## [Task description]
Output each record exactly. Leave none out.

## [Source information]
----

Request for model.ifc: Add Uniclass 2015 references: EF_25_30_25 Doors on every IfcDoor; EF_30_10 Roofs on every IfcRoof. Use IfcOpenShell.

First a look at what the model holds.

```python
import ifcopenshell

model = ifcopenshell.open("model.ifc")
print(model.schema)
print("classifications:", [c.Name for c in model.by_type("IfcClassification")])
for ifc_class in ("IfcDoor", "IfcRoof", "IfcStair", "IfcWall", "IfcWindow"):
    print(ifc_class, len(model.by_type(ifc_class)))
```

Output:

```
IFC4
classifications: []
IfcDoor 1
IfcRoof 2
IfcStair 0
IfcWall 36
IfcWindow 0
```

```python
import ifcopenshell
import ifcopenshell.api.classification

model = ifcopenshell.open("model.ifc")

system = ifcopenshell.api.classification.add_classification(model, classification="Uniclass 2015")

codes = {
    "IfcDoor": ("EF_25_30_25", "Doors"),
    "IfcRoof": ("EF_30_10", "Roofs"),
}
for ifc_class, (code, name) in codes.items():
    products = model.by_type(ifc_class)
    ifcopenshell.api.classification.add_reference(
        model, products=products, classification=system, identification=code, name=name
    )
    print(code, len(products))

model.write("model_updated.ifc")
```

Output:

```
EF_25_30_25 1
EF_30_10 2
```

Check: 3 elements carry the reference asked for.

----

## [Problem solution]
Request for model.ifc: Add Uniclass 2015 references: EF_25_30_25 Doors on every IfcDoor; EF_30_10 Roofs on every IfcRoof. Use IfcOpenShell.

First a look at what the model holds.

```python
import ifcopenshell

model = ifcopenshell.open("model.ifc")
print(model.schema)
print("classifications:", [c.Name for c in model.by_type("IfcClassification")])
for ifc_class in ("IfcDoor", "IfcRoof", "IfcStair", "IfcWall", "IfcWindow"):
    print(ifc_class, len(model.by_type(ifc_class)))
```

Output:

```
IFC4
classifications: []
IfcDoor 1
IfcRoof 2
IfcStair 0
IfcWall 36
IfcWindow 0
```

```python
import ifcopenshell
import ifcopenshell.api.classification

model = ifcopenshell.open("model.ifc")

system = ifcopenshell.api.classification.add_classification(model, classification="Uniclass 2015")

codes = {
    "IfcDoor": ("EF_25_30_25", "Doors"),
    "IfcRoof": ("EF_30_10", "Roofs"),
}
for ifc_class, (code, name) in codes.items():
    products = model.by_type(ifc_class)
    ifcopenshell.api.classification.add_reference(
        model, products=products, classification=system, identification=code, name=name
    )
    print(code, len(products))

model.write("model_updated.ifc")
```

Output:

```
EF_25_30_25 1
EF_30_10 2
```

Check: 3 elements carry the reference asked for.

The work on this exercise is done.